- _Excerpts from a dataset_:
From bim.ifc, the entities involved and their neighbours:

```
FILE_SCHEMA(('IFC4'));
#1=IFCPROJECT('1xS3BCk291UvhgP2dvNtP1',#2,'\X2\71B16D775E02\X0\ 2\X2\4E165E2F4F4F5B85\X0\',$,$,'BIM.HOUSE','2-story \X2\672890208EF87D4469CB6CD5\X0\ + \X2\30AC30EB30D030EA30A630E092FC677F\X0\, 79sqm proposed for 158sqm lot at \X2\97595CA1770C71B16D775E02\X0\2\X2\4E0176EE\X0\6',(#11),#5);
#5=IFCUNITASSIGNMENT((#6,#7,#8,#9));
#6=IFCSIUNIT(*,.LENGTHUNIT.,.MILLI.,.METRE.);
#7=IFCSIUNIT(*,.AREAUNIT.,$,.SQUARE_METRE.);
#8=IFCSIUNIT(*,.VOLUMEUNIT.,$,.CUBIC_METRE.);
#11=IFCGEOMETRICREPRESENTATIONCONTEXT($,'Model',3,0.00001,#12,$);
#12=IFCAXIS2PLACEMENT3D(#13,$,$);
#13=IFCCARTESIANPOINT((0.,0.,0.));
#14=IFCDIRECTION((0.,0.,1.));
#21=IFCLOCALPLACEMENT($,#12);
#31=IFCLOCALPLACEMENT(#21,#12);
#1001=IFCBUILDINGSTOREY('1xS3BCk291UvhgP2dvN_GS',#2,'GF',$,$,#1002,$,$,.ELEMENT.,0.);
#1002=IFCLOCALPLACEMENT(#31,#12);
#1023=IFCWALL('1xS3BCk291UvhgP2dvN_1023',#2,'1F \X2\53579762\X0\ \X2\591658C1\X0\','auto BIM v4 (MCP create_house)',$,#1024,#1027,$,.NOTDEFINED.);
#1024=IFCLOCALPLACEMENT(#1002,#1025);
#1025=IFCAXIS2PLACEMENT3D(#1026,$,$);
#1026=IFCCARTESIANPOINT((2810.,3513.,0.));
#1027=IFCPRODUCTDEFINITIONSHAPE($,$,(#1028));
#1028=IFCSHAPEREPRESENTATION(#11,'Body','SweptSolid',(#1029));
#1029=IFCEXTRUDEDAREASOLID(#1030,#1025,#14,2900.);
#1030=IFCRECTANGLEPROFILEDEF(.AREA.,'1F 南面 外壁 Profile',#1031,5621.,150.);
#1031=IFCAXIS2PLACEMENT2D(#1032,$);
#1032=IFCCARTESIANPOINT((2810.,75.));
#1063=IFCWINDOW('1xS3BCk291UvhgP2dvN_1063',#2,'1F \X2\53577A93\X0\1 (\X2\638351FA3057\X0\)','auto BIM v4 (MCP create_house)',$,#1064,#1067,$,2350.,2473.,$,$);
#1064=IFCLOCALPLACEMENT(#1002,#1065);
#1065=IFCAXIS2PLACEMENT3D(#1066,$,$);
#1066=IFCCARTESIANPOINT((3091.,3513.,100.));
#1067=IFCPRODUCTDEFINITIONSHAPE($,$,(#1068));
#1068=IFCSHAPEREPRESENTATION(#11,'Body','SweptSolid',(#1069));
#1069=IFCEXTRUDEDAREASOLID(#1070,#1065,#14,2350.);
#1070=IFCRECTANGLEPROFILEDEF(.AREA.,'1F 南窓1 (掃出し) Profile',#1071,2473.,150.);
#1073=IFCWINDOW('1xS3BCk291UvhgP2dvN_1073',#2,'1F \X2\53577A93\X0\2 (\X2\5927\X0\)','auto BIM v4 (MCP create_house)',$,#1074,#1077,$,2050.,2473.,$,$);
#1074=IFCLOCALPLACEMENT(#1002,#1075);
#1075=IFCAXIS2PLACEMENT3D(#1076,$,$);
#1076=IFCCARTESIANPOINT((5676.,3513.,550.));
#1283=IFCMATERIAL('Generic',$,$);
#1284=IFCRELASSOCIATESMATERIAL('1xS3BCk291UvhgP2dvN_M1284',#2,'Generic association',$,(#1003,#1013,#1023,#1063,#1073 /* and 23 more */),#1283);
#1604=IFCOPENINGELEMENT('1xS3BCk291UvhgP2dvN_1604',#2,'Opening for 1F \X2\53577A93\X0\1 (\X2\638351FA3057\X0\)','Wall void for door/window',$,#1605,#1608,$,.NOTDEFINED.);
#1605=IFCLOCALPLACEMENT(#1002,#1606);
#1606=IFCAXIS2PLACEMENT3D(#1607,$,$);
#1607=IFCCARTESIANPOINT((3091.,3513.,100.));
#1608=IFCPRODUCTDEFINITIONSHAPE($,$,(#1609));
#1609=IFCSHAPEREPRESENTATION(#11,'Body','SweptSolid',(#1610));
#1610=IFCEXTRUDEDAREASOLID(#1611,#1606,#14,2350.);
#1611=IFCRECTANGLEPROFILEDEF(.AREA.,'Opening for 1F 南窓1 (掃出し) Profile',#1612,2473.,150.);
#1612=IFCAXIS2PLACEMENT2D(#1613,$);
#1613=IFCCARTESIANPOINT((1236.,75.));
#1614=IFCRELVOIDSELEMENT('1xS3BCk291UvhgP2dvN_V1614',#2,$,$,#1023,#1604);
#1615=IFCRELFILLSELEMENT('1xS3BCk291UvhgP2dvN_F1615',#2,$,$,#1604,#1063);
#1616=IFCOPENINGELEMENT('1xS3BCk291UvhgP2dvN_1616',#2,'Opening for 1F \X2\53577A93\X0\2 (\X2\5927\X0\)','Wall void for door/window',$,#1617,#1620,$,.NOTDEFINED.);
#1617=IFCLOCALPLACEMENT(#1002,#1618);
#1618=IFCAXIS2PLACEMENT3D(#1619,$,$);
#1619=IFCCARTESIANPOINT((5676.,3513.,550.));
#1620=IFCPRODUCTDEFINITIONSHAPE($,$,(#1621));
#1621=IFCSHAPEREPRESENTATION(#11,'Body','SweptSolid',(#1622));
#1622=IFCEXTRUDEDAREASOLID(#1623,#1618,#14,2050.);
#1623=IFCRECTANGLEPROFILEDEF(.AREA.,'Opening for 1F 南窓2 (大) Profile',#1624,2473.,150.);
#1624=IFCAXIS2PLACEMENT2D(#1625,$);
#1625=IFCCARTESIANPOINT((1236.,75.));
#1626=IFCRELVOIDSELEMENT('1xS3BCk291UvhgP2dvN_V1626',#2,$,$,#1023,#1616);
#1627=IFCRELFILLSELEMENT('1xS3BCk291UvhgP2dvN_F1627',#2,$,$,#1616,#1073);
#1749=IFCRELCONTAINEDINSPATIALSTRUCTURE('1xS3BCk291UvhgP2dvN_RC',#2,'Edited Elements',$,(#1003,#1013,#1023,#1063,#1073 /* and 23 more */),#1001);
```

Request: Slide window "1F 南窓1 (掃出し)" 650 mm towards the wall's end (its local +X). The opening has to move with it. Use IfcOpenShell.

```python
import ifcopenshell
import ifcopenshell.api.geometry
import ifcopenshell.util.placement
import ifcopenshell.util.unit

model = ifcopenshell.open("bim.ifc")
unit_scale = ifcopenshell.util.unit.calculate_unit_scale(model)

window = model.by_guid("1xS3BCk291UvhgP2dvN_1063")
opening = window.FillsVoids[0].RelatingOpeningElement
wall = opening.VoidsElements[0].RelatingBuildingElement

wall_matrix = ifcopenshell.util.placement.get_local_placement(wall.ObjectPlacement)
shift = wall_matrix[:3, 0] * 0.65 / unit_scale
before = ifcopenshell.util.placement.get_local_placement(window.ObjectPlacement)[:3, 3].copy()

# The window is not placed relative to its opening, so move both.
for product in (opening, window):
    matrix = ifcopenshell.util.placement.get_local_placement(product.ObjectPlacement)
    matrix[:3, 3] += shift
    ifcopenshell.api.geometry.edit_object_placement(model, product=product, matrix=matrix, is_si=False)

after = ifcopenshell.util.placement.get_local_placement(window.ObjectPlacement)[:3, 3]
print("window moved by", (after - before).round(3) + 0.0)

model.write("bim-out.ifc")
```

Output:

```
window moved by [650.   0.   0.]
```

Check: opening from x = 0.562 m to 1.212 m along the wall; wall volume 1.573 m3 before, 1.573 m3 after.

- _Task brief_:
Look through the entries for lines containing the word "IFCRELVOIDSELEMENT" and return each one.

- _Exercise solution_:
#1614=IFCRELVOIDSELEMENT('1xS3BCk291UvhgP2dvN_V1614',#2,$,$,#1023,#1604);
#1626=IFCRELVOIDSELEMENT('1xS3BCk291UvhgP2dvN_V1626',#2,$,$,#1023,#1616);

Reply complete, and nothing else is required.